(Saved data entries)

####################

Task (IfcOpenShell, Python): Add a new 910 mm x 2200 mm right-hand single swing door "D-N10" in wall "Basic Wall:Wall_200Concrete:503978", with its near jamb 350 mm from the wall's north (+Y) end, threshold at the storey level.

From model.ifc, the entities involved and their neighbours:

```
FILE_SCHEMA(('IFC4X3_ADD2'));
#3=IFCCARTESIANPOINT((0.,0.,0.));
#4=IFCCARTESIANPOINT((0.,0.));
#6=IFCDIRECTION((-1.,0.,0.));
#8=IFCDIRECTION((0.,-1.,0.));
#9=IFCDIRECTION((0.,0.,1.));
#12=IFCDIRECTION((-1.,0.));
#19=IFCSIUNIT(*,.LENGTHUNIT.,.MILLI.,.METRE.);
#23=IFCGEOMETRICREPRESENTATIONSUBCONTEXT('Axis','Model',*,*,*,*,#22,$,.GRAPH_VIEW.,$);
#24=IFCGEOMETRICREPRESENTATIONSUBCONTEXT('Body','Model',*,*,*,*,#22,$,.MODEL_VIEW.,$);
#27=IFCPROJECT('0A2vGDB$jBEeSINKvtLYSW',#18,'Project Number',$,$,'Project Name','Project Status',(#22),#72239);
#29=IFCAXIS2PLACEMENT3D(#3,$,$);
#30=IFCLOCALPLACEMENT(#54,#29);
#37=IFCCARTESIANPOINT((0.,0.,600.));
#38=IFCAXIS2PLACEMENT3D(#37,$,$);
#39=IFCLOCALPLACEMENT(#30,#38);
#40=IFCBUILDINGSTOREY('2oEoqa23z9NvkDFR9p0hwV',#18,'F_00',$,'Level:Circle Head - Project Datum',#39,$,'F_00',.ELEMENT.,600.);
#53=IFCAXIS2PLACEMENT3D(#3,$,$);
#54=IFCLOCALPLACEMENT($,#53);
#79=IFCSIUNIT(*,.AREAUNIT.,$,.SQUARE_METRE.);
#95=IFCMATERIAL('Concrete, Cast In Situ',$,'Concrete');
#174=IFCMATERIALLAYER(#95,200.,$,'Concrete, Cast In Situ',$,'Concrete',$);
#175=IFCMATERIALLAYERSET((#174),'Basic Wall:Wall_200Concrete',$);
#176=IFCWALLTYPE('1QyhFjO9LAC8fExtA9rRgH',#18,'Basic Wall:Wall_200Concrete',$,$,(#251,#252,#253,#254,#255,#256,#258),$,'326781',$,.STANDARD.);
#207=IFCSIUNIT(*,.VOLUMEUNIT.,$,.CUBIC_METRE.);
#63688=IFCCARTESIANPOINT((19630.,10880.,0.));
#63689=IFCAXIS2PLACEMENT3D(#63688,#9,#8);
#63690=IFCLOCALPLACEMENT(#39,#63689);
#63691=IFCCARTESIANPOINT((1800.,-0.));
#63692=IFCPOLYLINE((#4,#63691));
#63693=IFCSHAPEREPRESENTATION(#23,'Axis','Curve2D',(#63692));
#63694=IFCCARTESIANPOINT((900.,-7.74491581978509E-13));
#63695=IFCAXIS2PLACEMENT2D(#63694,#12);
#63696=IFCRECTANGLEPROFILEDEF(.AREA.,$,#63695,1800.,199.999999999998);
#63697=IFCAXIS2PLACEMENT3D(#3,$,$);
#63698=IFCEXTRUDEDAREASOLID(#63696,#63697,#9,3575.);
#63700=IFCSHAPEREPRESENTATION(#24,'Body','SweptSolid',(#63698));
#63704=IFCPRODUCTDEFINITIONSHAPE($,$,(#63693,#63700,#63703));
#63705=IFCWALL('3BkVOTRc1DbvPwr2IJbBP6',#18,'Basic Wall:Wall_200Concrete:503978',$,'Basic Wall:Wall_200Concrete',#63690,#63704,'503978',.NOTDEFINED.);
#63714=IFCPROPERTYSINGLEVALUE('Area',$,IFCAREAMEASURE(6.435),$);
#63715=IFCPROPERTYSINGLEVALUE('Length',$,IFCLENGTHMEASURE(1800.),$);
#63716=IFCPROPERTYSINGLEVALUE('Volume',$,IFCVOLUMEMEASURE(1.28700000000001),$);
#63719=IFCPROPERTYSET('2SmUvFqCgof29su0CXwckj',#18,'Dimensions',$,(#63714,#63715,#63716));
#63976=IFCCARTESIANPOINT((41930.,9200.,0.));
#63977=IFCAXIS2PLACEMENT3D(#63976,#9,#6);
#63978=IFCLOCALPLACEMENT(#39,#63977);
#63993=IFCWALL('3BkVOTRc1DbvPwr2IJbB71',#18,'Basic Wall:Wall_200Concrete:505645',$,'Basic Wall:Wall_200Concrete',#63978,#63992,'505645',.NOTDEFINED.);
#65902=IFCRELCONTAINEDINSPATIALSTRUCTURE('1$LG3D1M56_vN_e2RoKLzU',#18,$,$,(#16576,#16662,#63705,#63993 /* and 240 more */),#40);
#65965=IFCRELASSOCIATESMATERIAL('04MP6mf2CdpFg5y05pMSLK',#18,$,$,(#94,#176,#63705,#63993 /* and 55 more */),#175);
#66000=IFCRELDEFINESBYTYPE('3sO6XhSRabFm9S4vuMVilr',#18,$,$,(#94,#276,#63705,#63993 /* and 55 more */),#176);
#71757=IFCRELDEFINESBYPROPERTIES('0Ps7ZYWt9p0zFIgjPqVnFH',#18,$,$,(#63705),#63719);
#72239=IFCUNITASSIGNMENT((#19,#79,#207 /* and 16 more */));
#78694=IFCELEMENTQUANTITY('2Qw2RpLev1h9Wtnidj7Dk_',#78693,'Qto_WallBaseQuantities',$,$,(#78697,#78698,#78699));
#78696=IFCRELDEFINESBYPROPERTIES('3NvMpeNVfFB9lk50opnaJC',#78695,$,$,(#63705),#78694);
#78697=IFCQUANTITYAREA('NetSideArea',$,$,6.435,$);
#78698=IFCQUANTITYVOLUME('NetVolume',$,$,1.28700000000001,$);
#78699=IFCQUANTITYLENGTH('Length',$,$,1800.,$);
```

```python
import numpy as np
import ifcopenshell
import ifcopenshell.api.feature
import ifcopenshell.api.geometry
import ifcopenshell.api.pset
import ifcopenshell.api.root
import ifcopenshell.api.spatial
import ifcopenshell.geom
import ifcopenshell.util.element
import ifcopenshell.util.placement
import ifcopenshell.util.representation
import ifcopenshell.util.shape
import ifcopenshell.util.unit

model = ifcopenshell.open("model.ifc")
unit_scale = ifcopenshell.util.unit.calculate_unit_scale(model)
area_scale = ifcopenshell.util.unit.calculate_unit_scale(model, "AREAUNIT")
volume_scale = ifcopenshell.util.unit.calculate_unit_scale(model, "VOLUMEUNIT")
settings = ifcopenshell.geom.settings()


def volume(element):
    """Net volume in cubic metres, openings subtracted."""
    shape = ifcopenshell.geom.create_shape(settings, element)
    return ifcopenshell.util.shape.get_volume(shape.geometry)


wall = model.by_id(63705)
storey = ifcopenshell.util.element.get_container(wall, ifc_class="IfcBuildingStorey")
context = ifcopenshell.util.representation.get_context(model, "Model", "Body", "MODEL_VIEW")
before = volume(wall)

width, height, from_end, sill = 0.91, 2.2, 0.35, 0.0  # metres

# The wall runs along its own X axis, and the end named is its -X end.
wall_shape = ifcopenshell.geom.create_shape(settings, wall)
x, y, z = ifcopenshell.util.shape.get_vertices(wall_shape.geometry).T
start = x.min() + from_end
face, thickness = float(y.min()), float(y.max() - y.min())
wall_matrix = ifcopenshell.util.placement.get_local_placement(wall.ObjectPlacement)
level = ifcopenshell.util.placement.get_local_placement(storey.ObjectPlacement)[2, 3]


def in_wall(x, y):
    """Placement at x, y metres in the wall's axes, at sill height."""
    matrix = wall_matrix.copy()
    matrix[:, 3] = wall_matrix @ np.array([x / unit_scale, y / unit_scale, 0.0, 1.0])
    matrix[2, 3] = level + sill / unit_scale
    return matrix


# Opening: a box that overshoots both wall faces by 50 mm.
opening = ifcopenshell.api.root.create_entity(model, ifc_class="IfcOpeningElement", predefined_type="OPENING")
box = ifcopenshell.api.geometry.add_wall_representation(
    model, context=context, length=width, height=height, thickness=thickness + 0.1
)
ifcopenshell.api.geometry.assign_representation(model, product=opening, representation=box)
ifcopenshell.api.geometry.edit_object_placement(model, product=opening, matrix=in_wall(start, face - 0.05), is_si=False)
ifcopenshell.api.feature.add_feature(model, feature=opening, element=wall)

door = ifcopenshell.api.root.create_entity(model, ifc_class="IfcDoor", name="D-N10", predefined_type="DOOR")
door.OverallWidth, door.OverallHeight = width / unit_scale, height / unit_scale
door.OperationType = "SINGLE_SWING_RIGHT"
body = ifcopenshell.api.geometry.add_door_representation(
    model,
    context=context,
    overall_width=door.OverallWidth,
    overall_height=door.OverallHeight,
    operation_type="SINGLE_SWING_RIGHT",
    lining_properties={"LiningDepth": thickness / unit_scale, "ThresholdDepth": thickness / unit_scale},
)
ifcopenshell.api.geometry.assign_representation(model, product=door, representation=body)
ifcopenshell.api.spatial.assign_container(model, products=[door], relating_structure=storey)
ifcopenshell.api.feature.add_filling(model, opening=opening, element=door)

# The lining spans the wall, so the door starts at the wall face.
ifcopenshell.api.geometry.edit_object_placement(model, product=door, matrix=in_wall(start, face), is_si=False)

after = volume(wall)

# Update the wall's stored quantities.
pset = model.by_id(ifcopenshell.util.element.get_pset(wall, "Dimensions", should_inherit=False)["id"])
ifcopenshell.api.pset.edit_pset(model, pset=pset, properties={
    "Area": model.create_entity("IfcAreaMeasure", after / thickness / area_scale),
    "Volume": model.create_entity("IfcVolumeMeasure", after / volume_scale),
})
qto = model.by_id(ifcopenshell.util.element.get_pset(wall, "Qto_WallBaseQuantities", should_inherit=False)["id"])
ifcopenshell.api.pset.edit_qto(model, qto=qto, properties={
    "NetSideArea": after / thickness / area_scale,
    "NetVolume": after / volume_scale,
})

print(f"wall volume {before:.3f} -> {after:.3f} m3")

model.write("model_v2.ifc")
```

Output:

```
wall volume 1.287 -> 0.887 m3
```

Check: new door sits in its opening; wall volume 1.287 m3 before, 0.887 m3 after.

####################

:: PROBLEM TO SOLVE ::
Could you find each line in the entries that contains the string "Project" and copy it?

:: WRITTEN REPLY ::
#27=IFCPROJECT('0A2vGDB$jBEeSINKvtLYSW',#18,'Project Number',$,$,'Project Name','Project Status',(#22),#72239);
#40=IFCBUILDINGSTOREY('2oEoqa23z9NvkDFR9p0hwV',#18,'F_00',$,'Level:Circle Head - Project Datum',#39,$,'F_00',.ELEMENT.,600.);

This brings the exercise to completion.